__INSTRUCTIONS TO FOLLOW__. Among the lines below, how many carry the string "Body"? Reply with a number and nothing else.

[Stored entries]
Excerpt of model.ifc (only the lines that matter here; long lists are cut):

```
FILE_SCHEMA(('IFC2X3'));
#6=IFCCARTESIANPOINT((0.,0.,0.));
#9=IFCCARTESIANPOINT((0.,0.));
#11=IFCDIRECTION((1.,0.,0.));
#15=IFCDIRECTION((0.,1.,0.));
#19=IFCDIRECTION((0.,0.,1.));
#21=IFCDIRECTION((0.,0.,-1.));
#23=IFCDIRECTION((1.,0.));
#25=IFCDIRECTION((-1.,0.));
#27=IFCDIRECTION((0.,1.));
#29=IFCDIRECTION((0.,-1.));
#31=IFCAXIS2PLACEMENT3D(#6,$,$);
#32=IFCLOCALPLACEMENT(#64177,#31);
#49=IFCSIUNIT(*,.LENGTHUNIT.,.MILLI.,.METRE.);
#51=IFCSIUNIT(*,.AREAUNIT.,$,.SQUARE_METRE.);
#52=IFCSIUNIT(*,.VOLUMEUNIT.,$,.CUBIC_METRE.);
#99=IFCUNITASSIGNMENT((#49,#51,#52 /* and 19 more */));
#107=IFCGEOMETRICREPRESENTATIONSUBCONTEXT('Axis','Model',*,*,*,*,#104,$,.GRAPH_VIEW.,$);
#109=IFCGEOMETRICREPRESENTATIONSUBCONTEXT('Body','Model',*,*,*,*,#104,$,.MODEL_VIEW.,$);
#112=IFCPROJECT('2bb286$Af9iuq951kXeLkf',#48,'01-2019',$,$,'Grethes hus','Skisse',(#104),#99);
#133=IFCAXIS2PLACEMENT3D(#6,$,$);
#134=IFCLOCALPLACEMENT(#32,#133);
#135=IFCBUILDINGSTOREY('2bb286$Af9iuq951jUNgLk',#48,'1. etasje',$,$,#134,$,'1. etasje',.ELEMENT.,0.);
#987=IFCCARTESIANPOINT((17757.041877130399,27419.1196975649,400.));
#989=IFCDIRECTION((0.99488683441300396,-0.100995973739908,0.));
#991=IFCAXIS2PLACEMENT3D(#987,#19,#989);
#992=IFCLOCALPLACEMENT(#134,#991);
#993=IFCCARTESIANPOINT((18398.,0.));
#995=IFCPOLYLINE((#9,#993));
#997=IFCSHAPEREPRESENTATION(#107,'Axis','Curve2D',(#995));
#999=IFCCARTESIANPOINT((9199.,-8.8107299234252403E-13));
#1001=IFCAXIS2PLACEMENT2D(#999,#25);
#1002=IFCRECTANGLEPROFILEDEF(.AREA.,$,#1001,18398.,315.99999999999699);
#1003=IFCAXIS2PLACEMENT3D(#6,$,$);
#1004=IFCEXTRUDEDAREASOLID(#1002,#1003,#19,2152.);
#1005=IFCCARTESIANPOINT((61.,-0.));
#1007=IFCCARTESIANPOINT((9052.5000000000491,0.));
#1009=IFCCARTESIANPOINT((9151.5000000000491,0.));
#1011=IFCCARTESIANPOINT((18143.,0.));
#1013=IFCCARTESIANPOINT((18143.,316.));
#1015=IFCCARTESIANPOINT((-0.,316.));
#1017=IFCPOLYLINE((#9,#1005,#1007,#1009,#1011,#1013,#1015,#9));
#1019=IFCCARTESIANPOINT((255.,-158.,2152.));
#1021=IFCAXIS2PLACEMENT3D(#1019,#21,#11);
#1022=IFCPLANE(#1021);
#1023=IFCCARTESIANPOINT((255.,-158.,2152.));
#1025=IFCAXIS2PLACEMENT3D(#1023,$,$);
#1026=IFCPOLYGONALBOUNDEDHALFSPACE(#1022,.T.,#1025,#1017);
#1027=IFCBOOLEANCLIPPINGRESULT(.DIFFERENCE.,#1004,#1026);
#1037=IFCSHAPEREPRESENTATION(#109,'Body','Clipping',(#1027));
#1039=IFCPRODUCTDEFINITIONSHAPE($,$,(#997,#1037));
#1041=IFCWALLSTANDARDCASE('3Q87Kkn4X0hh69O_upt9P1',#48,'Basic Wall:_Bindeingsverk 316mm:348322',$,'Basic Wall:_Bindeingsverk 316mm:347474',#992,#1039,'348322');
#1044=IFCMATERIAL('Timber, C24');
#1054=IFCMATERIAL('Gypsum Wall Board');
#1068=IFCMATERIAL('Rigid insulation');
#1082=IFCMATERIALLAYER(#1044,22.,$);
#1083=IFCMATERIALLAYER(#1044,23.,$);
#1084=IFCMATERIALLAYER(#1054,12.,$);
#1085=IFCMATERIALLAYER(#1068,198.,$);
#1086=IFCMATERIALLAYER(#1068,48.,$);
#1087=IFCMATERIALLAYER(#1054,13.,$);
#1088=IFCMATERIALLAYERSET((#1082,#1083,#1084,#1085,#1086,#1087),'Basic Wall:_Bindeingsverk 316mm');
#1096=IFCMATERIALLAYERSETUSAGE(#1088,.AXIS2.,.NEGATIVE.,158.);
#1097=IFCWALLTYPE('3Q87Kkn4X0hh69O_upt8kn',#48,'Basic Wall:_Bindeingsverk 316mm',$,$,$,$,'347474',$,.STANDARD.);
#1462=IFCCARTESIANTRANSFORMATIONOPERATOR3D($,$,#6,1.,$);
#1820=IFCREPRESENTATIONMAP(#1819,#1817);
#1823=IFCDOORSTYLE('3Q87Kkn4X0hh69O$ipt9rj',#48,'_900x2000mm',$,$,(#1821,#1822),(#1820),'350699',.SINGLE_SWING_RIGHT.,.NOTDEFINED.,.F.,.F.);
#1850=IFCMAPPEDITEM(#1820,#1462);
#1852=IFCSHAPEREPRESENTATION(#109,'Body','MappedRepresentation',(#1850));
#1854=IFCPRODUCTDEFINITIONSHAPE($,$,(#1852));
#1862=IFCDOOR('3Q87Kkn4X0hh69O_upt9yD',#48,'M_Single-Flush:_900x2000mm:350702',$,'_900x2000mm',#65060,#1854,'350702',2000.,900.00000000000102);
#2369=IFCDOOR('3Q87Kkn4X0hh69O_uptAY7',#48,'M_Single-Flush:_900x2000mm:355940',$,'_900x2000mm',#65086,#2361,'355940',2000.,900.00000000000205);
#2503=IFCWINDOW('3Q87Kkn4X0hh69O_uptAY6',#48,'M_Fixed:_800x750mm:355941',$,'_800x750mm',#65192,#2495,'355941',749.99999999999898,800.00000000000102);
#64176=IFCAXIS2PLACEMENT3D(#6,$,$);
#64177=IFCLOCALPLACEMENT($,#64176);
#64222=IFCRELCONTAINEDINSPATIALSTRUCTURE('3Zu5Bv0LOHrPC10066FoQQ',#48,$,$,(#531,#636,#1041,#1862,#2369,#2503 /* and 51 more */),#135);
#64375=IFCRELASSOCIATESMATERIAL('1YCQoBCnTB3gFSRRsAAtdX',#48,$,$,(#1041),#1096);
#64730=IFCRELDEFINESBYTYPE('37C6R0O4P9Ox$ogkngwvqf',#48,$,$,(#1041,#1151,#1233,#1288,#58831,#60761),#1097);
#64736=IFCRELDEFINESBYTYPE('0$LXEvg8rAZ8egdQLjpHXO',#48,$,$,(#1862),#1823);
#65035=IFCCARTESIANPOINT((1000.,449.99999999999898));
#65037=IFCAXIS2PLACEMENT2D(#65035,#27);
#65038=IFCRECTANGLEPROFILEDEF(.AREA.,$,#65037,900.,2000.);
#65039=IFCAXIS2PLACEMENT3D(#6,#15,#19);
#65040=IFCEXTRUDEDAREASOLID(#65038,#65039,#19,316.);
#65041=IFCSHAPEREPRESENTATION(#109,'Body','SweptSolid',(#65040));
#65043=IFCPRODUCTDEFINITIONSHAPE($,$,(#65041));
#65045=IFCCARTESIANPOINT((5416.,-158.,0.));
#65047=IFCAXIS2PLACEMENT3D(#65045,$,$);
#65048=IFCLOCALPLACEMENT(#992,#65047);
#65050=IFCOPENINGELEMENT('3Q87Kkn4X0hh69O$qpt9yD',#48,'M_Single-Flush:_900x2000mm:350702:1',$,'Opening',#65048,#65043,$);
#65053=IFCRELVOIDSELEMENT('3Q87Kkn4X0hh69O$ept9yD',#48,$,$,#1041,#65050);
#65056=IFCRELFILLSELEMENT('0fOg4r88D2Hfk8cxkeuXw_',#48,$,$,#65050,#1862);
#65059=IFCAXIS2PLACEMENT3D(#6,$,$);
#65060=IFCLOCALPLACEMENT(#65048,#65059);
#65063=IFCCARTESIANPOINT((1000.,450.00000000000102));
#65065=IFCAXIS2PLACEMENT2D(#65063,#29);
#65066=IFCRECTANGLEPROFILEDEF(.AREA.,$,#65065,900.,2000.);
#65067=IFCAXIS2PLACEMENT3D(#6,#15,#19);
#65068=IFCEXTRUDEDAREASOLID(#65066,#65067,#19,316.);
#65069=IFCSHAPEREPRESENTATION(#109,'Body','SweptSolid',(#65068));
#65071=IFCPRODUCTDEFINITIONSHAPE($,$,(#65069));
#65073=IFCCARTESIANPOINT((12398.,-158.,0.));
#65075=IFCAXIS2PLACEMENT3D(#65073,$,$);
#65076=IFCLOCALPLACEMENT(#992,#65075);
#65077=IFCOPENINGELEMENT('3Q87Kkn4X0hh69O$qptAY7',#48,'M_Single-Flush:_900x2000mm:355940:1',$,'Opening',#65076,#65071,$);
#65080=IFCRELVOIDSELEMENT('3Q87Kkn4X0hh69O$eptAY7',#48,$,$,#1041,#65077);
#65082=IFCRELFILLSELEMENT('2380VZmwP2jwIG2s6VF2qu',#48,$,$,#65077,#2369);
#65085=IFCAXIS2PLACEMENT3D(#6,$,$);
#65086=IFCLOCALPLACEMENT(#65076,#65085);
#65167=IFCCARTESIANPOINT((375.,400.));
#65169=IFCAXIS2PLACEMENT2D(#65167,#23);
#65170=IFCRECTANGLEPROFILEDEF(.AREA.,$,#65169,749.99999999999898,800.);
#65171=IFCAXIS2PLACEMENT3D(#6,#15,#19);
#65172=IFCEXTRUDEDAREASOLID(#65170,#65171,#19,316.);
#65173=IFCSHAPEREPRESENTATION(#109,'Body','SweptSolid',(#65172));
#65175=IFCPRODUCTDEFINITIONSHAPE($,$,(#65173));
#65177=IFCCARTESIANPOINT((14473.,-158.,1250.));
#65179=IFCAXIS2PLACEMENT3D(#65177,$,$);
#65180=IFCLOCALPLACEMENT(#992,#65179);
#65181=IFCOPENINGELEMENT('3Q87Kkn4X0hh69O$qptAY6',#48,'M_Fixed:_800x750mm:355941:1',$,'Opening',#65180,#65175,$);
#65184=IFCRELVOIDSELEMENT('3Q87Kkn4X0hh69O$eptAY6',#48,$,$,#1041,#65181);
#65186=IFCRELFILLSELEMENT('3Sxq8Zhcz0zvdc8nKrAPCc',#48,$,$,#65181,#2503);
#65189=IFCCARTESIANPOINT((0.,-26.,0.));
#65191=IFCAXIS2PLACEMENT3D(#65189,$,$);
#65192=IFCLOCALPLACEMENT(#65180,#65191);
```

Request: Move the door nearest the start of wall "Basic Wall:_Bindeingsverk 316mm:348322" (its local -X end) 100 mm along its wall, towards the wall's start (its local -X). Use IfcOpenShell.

```python
import ifcopenshell
import ifcopenshell.api.geometry
import ifcopenshell.util.placement

model = ifcopenshell.open("model.ifc")

door = model.by_guid("3Q87Kkn4X0hh69O_upt9yD")
opening = door.FillsVoids[0].RelatingOpeningElement
wall = opening.VoidsElements[0].RelatingBuildingElement

wall_matrix = ifcopenshell.util.placement.get_local_placement(wall.ObjectPlacement)
shift = wall_matrix[:3, 0] * -100.0
before = ifcopenshell.util.placement.get_local_placement(door.ObjectPlacement)[:3, 3].copy()

# The door is placed relative to its opening, so it follows when the opening moves.
matrix = ifcopenshell.util.placement.get_local_placement(opening.ObjectPlacement)
matrix[:3, 3] += shift
ifcopenshell.api.geometry.edit_object_placement(
    model, product=opening, matrix=matrix, is_si=False, should_transform_children=True
)

after = ifcopenshell.util.placement.get_local_placement(door.ObjectPlacement)[:3, 3]
print("door moved by", (after - before).round(3) + 0.0)

model.write("model_edited.ifc")
```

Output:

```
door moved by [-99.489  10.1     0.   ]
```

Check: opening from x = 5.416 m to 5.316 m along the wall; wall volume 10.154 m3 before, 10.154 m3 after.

__RESULT OF THIS TASK__. 6